DATA EXTRACT Block Start

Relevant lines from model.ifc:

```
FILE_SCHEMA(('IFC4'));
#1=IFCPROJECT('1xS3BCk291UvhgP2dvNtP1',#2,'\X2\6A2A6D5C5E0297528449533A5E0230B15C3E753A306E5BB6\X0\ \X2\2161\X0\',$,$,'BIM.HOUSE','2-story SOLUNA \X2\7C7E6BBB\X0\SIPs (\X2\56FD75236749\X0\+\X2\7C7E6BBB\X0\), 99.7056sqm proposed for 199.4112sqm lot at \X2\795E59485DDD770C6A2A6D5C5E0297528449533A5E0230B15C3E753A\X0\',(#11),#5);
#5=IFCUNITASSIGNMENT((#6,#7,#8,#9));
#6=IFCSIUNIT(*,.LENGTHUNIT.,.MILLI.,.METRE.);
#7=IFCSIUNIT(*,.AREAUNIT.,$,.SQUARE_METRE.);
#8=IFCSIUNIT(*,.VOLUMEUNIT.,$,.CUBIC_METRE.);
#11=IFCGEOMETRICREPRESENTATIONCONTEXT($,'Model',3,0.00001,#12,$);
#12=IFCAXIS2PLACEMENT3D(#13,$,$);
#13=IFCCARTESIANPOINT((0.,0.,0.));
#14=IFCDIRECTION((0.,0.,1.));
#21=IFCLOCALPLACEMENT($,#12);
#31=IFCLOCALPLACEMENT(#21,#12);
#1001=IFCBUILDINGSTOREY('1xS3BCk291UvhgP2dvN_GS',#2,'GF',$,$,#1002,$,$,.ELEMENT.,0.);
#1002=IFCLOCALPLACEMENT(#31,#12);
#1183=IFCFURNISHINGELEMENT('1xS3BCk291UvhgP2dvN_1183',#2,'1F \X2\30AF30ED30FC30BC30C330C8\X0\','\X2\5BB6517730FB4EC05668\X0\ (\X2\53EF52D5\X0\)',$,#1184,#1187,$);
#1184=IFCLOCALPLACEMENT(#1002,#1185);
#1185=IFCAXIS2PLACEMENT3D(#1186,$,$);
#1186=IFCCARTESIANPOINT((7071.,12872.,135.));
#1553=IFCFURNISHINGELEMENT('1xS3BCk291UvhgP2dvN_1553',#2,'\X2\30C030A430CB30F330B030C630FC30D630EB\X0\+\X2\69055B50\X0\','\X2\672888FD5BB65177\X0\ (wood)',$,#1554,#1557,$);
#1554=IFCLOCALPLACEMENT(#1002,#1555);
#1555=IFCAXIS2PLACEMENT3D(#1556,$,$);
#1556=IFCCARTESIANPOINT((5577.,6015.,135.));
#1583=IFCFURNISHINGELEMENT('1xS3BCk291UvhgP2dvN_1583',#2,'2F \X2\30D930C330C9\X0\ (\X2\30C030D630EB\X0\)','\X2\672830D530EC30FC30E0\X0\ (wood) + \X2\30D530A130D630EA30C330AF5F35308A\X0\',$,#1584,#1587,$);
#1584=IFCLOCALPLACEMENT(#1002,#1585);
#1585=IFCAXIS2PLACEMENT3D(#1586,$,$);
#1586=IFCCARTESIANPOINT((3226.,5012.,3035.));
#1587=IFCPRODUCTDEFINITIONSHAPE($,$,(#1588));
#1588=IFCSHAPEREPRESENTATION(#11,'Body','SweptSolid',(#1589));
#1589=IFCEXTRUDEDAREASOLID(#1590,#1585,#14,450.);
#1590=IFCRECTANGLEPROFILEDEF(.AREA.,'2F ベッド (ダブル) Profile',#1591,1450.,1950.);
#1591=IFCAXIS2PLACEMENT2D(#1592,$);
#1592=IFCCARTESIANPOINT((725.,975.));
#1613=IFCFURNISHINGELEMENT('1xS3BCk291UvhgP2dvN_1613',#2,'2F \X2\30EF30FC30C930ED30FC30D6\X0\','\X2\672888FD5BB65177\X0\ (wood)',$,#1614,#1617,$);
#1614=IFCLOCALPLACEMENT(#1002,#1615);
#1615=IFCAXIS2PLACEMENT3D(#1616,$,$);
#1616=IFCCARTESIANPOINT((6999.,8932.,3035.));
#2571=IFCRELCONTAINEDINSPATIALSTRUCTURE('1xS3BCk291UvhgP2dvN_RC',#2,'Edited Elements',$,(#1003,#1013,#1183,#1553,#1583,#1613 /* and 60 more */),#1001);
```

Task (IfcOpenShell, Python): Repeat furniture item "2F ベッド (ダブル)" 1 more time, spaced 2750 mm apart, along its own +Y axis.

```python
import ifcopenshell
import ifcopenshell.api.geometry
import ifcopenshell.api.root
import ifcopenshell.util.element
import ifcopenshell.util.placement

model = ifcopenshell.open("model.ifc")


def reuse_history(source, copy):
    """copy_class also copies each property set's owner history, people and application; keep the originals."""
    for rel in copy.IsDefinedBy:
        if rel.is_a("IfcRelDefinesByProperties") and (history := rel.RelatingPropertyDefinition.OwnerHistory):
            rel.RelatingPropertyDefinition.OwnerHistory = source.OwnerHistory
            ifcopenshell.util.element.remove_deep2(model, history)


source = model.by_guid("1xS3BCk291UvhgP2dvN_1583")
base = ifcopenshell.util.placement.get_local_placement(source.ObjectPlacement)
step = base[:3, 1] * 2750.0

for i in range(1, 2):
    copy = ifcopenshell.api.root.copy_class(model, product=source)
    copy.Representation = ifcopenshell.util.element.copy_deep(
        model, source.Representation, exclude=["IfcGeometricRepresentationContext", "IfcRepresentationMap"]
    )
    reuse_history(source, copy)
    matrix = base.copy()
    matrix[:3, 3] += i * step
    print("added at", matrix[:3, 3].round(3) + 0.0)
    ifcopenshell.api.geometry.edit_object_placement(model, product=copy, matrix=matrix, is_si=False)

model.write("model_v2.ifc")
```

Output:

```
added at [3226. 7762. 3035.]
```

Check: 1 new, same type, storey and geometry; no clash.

DATA EXTRACT Block End

[TASK DESCRIPTION]:
Each line of the data above is to be set down exactly.

[RESULT OF THIS EXERCISE]:
Relevant lines from model.ifc:

```
FILE_SCHEMA(('IFC4'));
#1=IFCPROJECT('1xS3BCk291UvhgP2dvNtP1',#2,'\X2\6A2A6D5C5E0297528449533A5E0230B15C3E753A306E5BB6\X0\ \X2\2161\X0\',$,$,'BIM.HOUSE','2-story SOLUNA \X2\7C7E6BBB\X0\SIPs (\X2\56FD75236749\X0\+\X2\7C7E6BBB\X0\), 99.7056sqm proposed for 199.4112sqm lot at \X2\795E59485DDD770C6A2A6D5C5E0297528449533A5E0230B15C3E753A\X0\',(#11),#5);
#5=IFCUNITASSIGNMENT((#6,#7,#8,#9));
#6=IFCSIUNIT(*,.LENGTHUNIT.,.MILLI.,.METRE.);
#7=IFCSIUNIT(*,.AREAUNIT.,$,.SQUARE_METRE.);
#8=IFCSIUNIT(*,.VOLUMEUNIT.,$,.CUBIC_METRE.);
#11=IFCGEOMETRICREPRESENTATIONCONTEXT($,'Model',3,0.00001,#12,$);
#12=IFCAXIS2PLACEMENT3D(#13,$,$);
#13=IFCCARTESIANPOINT((0.,0.,0.));
#14=IFCDIRECTION((0.,0.,1.));
#21=IFCLOCALPLACEMENT($,#12);
#31=IFCLOCALPLACEMENT(#21,#12);
#1001=IFCBUILDINGSTOREY('1xS3BCk291UvhgP2dvN_GS',#2,'GF',$,$,#1002,$,$,.ELEMENT.,0.);
#1002=IFCLOCALPLACEMENT(#31,#12);
#1183=IFCFURNISHINGELEMENT('1xS3BCk291UvhgP2dvN_1183',#2,'1F \X2\30AF30ED30FC30BC30C330C8\X0\','\X2\5BB6517730FB4EC05668\X0\ (\X2\53EF52D5\X0\)',$,#1184,#1187,$);
#1184=IFCLOCALPLACEMENT(#1002,#1185);
#1185=IFCAXIS2PLACEMENT3D(#1186,$,$);
#1186=IFCCARTESIANPOINT((7071.,12872.,135.));
#1553=IFCFURNISHINGELEMENT('1xS3BCk291UvhgP2dvN_1553',#2,'\X2\30C030A430CB30F330B030C630FC30D630EB\X0\+\X2\69055B50\X0\','\X2\672888FD5BB65177\X0\ (wood)',$,#1554,#1557,$);
#1554=IFCLOCALPLACEMENT(#1002,#1555);
#1555=IFCAXIS2PLACEMENT3D(#1556,$,$);
#1556=IFCCARTESIANPOINT((5577.,6015.,135.));
#1583=IFCFURNISHINGELEMENT('1xS3BCk291UvhgP2dvN_1583',#2,'2F \X2\30D930C330C9\X0\ (\X2\30C030D630EB\X0\)','\X2\672830D530EC30FC30E0\X0\ (wood) + \X2\30D530A130D630EA30C330AF5F35308A\X0\',$,#1584,#1587,$);
#1584=IFCLOCALPLACEMENT(#1002,#1585);
#1585=IFCAXIS2PLACEMENT3D(#1586,$,$);
#1586=IFCCARTESIANPOINT((3226.,5012.,3035.));
#1587=IFCPRODUCTDEFINITIONSHAPE($,$,(#1588));
#1588=IFCSHAPEREPRESENTATION(#11,'Body','SweptSolid',(#1589));
#1589=IFCEXTRUDEDAREASOLID(#1590,#1585,#14,450.);
#1590=IFCRECTANGLEPROFILEDEF(.AREA.,'2F ベッド (ダブル) Profile',#1591,1450.,1950.);
#1591=IFCAXIS2PLACEMENT2D(#1592,$);
#1592=IFCCARTESIANPOINT((725.,975.));
#1613=IFCFURNISHINGELEMENT('1xS3BCk291UvhgP2dvN_1613',#2,'2F \X2\30EF30FC30C930ED30FC30D6\X0\','\X2\672888FD5BB65177\X0\ (wood)',$,#1614,#1617,$);
#1614=IFCLOCALPLACEMENT(#1002,#1615);
#1615=IFCAXIS2PLACEMENT3D(#1616,$,$);
#1616=IFCCARTESIANPOINT((6999.,8932.,3035.));
#2571=IFCRELCONTAINEDINSPATIALSTRUCTURE('1xS3BCk291UvhgP2dvN_RC',#2,'Edited Elements',$,(#1003,#1013,#1183,#1553,#1583,#1613 /* and 60 more */),#1001);
```

Task (IfcOpenShell, Python): Repeat furniture item "2F ベッド (ダブル)" 1 more time, spaced 2750 mm apart, along its own +Y axis.

```python
import ifcopenshell
import ifcopenshell.api.geometry
import ifcopenshell.api.root
import ifcopenshell.util.element
import ifcopenshell.util.placement

model = ifcopenshell.open("model.ifc")


def reuse_history(source, copy):
    """copy_class also copies each property set's owner history, people and application; keep the originals."""
    for rel in copy.IsDefinedBy:
        if rel.is_a("IfcRelDefinesByProperties") and (history := rel.RelatingPropertyDefinition.OwnerHistory):
            rel.RelatingPropertyDefinition.OwnerHistory = source.OwnerHistory
            ifcopenshell.util.element.remove_deep2(model, history)


source = model.by_guid("1xS3BCk291UvhgP2dvN_1583")
base = ifcopenshell.util.placement.get_local_placement(source.ObjectPlacement)
step = base[:3, 1] * 2750.0

for i in range(1, 2):
    copy = ifcopenshell.api.root.copy_class(model, product=source)
    copy.Representation = ifcopenshell.util.element.copy_deep(
        model, source.Representation, exclude=["IfcGeometricRepresentationContext", "IfcRepresentationMap"]
    )
    reuse_history(source, copy)
    matrix = base.copy()
    matrix[:3, 3] += i * step
    print("added at", matrix[:3, 3].round(3) + 0.0)
    ifcopenshell.api.geometry.edit_object_placement(model, product=copy, matrix=matrix, is_si=False)

model.write("model_v2.ifc")
```

Output:

```
added at [3226. 7762. 3035.]
```

Check: 1 new, same type, storey and geometry; no clash.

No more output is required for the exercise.